What is being asked
Reproduce, from the lines below, exactly the stretch that begins at the line containing "#31=IFCINDEXEDPOLYGONALFACE((3,4,8,7));" and ends at the line containing "#39=IFCRELAGGREGATES('0000000000000000000007',$,$,$,#12,(#20));", both included.

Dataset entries
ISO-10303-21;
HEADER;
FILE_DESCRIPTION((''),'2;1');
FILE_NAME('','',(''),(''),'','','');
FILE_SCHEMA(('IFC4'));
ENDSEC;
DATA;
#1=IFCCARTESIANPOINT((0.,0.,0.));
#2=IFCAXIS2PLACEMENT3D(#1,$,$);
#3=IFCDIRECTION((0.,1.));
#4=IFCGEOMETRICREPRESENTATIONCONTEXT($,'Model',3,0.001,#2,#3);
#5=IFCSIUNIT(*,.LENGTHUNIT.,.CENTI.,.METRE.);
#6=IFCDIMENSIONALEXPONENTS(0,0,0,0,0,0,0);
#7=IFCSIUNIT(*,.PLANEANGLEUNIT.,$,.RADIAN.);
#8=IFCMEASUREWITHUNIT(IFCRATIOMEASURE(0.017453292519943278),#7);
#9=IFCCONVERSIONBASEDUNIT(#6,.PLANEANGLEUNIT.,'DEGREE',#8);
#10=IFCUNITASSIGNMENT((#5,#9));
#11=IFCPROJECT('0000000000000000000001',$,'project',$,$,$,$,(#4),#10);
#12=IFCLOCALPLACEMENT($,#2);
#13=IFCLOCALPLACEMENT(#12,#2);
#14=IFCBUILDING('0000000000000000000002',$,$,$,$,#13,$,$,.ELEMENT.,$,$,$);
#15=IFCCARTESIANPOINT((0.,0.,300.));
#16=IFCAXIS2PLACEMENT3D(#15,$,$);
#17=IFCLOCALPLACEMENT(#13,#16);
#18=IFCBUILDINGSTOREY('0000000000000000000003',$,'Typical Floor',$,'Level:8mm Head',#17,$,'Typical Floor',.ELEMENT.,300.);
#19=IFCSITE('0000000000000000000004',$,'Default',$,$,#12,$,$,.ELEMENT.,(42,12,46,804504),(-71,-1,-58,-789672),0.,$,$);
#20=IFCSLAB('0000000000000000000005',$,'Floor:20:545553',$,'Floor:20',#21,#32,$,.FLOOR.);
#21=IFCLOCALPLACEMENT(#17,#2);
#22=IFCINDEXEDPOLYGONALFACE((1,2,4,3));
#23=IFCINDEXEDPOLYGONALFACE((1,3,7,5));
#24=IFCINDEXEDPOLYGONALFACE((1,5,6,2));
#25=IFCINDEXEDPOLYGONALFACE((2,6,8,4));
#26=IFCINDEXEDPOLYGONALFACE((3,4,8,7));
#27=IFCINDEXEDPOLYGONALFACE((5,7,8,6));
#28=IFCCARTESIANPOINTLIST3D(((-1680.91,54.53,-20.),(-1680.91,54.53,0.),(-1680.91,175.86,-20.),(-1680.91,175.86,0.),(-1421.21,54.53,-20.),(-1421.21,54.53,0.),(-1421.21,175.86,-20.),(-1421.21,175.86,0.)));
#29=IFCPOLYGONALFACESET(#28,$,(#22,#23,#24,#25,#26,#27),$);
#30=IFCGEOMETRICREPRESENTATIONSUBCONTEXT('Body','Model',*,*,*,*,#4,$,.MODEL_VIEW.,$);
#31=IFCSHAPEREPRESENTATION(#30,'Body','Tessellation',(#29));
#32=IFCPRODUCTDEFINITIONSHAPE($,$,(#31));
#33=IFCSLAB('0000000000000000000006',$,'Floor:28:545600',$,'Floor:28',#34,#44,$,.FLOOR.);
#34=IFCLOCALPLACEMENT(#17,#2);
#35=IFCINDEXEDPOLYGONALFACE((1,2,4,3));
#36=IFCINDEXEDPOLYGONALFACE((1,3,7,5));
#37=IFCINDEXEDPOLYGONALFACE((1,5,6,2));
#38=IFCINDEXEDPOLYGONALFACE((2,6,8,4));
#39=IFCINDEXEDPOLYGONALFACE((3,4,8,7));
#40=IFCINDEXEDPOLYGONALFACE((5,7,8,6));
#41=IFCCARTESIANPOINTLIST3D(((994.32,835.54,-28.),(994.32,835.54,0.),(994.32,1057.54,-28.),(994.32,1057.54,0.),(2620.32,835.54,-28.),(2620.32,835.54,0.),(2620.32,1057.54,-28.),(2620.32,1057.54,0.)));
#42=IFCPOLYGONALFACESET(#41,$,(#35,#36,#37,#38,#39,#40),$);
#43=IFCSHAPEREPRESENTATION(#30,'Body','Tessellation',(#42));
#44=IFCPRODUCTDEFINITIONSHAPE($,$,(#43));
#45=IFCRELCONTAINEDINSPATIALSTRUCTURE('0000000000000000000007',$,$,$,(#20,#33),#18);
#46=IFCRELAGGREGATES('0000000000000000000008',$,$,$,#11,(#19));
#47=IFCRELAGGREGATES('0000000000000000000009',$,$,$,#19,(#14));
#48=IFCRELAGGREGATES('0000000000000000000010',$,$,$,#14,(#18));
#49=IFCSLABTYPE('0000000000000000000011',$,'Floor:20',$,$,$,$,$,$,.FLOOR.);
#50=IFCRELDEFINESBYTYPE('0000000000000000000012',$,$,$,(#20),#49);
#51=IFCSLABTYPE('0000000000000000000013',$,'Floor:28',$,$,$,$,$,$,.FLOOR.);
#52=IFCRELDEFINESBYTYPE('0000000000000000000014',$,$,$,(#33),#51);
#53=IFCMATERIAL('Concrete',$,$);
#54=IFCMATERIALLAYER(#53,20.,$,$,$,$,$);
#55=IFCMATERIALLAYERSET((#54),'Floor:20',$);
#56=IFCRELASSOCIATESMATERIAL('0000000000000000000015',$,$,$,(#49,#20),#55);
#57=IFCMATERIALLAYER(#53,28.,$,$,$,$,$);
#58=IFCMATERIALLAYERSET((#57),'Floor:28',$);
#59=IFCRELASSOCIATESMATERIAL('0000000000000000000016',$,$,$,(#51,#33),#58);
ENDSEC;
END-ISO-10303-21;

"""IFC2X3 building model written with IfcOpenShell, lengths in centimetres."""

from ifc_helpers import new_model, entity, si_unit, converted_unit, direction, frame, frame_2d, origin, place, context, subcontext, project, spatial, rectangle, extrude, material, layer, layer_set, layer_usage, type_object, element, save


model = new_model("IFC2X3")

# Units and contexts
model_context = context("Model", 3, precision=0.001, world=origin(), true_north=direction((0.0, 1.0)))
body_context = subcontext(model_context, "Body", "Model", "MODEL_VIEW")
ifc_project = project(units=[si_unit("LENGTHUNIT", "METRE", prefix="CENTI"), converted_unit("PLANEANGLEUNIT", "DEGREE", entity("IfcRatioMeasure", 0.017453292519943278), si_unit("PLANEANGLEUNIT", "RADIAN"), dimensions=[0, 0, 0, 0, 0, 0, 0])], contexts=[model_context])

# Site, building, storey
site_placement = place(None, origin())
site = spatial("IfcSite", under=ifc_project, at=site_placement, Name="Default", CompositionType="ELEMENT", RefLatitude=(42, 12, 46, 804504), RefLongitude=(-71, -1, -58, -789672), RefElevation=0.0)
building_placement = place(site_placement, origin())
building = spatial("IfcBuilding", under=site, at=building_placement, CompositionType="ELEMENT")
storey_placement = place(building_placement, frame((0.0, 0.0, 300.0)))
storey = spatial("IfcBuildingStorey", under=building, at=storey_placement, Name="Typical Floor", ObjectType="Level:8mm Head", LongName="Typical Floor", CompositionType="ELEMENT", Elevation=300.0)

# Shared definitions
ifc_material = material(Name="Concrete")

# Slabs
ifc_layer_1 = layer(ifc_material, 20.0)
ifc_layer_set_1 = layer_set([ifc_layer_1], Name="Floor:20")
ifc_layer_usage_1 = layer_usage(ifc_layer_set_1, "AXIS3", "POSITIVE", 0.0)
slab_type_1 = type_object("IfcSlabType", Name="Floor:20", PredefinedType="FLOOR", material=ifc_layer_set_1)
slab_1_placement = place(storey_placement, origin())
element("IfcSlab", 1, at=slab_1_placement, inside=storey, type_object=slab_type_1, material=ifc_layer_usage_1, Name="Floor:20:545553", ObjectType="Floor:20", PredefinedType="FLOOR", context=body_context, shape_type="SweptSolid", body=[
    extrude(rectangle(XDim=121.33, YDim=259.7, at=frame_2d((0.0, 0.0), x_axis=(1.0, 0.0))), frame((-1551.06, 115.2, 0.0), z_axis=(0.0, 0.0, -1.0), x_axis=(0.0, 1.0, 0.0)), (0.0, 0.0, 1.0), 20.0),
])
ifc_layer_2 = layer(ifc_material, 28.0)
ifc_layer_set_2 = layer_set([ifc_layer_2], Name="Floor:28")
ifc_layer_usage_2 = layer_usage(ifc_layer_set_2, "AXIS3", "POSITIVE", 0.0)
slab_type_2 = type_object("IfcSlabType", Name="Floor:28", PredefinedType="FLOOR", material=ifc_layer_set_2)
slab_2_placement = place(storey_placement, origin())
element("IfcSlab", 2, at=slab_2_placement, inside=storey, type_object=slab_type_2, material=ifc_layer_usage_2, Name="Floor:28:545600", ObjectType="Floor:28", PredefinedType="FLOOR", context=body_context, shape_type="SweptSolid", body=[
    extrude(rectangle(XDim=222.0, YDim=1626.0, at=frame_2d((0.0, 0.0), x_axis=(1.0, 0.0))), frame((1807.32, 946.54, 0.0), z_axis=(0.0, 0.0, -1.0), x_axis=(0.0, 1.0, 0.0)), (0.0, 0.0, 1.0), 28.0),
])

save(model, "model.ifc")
--
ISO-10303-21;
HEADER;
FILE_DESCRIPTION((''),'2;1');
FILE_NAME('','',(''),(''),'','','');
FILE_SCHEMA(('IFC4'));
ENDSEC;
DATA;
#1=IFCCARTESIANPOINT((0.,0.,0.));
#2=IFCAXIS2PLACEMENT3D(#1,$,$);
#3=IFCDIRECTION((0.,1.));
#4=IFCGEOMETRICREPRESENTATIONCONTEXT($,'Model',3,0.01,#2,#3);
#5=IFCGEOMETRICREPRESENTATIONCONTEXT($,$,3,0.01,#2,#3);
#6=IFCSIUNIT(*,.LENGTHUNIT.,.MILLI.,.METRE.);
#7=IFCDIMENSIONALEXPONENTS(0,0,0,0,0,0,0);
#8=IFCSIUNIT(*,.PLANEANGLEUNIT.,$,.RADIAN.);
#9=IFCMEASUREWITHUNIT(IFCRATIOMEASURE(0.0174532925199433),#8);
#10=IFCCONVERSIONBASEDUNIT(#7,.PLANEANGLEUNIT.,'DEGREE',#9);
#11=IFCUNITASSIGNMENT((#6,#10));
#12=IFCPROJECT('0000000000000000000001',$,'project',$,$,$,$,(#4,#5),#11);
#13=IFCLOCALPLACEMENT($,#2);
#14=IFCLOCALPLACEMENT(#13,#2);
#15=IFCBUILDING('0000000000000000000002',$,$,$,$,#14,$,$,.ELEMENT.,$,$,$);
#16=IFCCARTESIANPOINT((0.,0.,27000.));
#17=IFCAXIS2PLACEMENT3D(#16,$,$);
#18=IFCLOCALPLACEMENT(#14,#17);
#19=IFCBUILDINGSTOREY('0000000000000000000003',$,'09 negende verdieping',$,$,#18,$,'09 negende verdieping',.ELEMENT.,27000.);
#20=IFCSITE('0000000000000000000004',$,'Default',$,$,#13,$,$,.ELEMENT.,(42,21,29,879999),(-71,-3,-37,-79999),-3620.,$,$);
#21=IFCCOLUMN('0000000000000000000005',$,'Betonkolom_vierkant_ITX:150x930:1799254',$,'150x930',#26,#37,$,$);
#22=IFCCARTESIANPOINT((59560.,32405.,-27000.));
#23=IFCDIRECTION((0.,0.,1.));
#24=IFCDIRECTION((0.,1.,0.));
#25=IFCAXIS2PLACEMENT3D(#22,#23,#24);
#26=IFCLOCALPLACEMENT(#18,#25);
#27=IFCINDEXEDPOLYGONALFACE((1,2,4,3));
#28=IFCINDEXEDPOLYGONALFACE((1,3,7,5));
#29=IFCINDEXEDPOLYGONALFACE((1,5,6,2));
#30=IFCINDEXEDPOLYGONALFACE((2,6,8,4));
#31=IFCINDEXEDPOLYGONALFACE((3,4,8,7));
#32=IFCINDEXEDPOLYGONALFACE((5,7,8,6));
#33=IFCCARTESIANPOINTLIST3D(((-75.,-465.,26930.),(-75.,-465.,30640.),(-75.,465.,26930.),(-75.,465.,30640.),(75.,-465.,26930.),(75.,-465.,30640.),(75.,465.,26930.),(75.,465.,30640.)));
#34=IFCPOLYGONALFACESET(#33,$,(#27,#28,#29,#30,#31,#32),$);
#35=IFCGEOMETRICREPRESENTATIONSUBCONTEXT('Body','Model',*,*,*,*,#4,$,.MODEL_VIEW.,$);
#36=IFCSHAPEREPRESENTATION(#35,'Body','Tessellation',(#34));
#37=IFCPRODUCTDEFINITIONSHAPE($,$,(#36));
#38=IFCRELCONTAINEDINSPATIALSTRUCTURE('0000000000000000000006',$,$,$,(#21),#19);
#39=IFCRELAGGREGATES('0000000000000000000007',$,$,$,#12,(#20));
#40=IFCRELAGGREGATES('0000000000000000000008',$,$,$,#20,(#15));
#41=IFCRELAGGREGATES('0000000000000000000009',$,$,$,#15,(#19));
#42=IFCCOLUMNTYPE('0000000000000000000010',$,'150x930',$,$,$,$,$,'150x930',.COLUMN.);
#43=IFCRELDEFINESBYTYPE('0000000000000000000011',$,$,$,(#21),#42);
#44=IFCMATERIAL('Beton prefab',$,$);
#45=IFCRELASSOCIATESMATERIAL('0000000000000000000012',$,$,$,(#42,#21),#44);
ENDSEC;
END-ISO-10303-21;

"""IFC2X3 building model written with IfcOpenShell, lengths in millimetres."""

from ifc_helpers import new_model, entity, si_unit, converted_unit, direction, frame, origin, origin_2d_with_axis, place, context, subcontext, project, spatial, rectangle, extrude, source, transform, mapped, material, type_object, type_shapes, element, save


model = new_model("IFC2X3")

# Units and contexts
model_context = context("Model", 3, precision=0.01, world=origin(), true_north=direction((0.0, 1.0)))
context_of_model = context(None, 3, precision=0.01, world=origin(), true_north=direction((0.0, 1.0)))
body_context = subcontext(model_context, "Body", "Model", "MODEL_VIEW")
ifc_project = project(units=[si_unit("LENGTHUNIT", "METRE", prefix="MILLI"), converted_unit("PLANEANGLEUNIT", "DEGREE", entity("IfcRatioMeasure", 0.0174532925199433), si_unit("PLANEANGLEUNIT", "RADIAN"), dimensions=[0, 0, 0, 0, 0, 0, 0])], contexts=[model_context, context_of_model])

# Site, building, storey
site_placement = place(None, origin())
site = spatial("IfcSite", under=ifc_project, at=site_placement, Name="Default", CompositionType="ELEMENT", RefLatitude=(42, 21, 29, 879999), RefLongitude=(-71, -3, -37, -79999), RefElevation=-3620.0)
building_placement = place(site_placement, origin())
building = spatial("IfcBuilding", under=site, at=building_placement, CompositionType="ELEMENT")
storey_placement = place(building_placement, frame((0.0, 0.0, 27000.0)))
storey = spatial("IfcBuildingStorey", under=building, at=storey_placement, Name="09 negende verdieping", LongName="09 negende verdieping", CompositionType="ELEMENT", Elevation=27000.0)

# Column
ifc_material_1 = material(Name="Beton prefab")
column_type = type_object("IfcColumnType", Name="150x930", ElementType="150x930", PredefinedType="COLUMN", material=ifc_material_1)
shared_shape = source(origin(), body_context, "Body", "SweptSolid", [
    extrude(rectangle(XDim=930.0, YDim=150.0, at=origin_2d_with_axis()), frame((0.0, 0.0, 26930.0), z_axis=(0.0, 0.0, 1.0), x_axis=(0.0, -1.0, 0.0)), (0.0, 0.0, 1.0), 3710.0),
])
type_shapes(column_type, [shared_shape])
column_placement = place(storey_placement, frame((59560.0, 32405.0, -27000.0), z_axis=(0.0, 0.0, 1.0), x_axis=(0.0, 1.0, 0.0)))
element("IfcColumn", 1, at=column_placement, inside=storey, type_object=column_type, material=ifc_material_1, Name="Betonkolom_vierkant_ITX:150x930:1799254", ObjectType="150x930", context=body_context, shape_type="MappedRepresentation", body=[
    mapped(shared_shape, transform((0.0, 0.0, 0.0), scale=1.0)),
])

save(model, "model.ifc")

Answer to this problem
#31=IFCINDEXEDPOLYGONALFACE((3,4,8,7));
#32=IFCINDEXEDPOLYGONALFACE((5,7,8,6));
#33=IFCCARTESIANPOINTLIST3D(((-75.,-465.,26930.),(-75.,-465.,30640.),(-75.,465.,26930.),(-75.,465.,30640.),(75.,-465.,26930.),(75.,-465.,30640.),(75.,465.,26930.),(75.,465.,30640.)));
#34=IFCPOLYGONALFACESET(#33,$,(#27,#28,#29,#30,#31,#32),$);
#35=IFCGEOMETRICREPRESENTATIONSUBCONTEXT('Body','Model',*,*,*,*,#4,$,.MODEL_VIEW.,$);
#36=IFCSHAPEREPRESENTATION(#35,'Body','Tessellation',(#34));
#37=IFCPRODUCTDEFINITIONSHAPE($,$,(#36));
#38=IFCRELCONTAINEDINSPATIALSTRUCTURE('0000000000000000000006',$,$,$,(#21),#19);
#39=IFCRELAGGREGATES('0000000000000000000007',$,$,$,#12,(#20));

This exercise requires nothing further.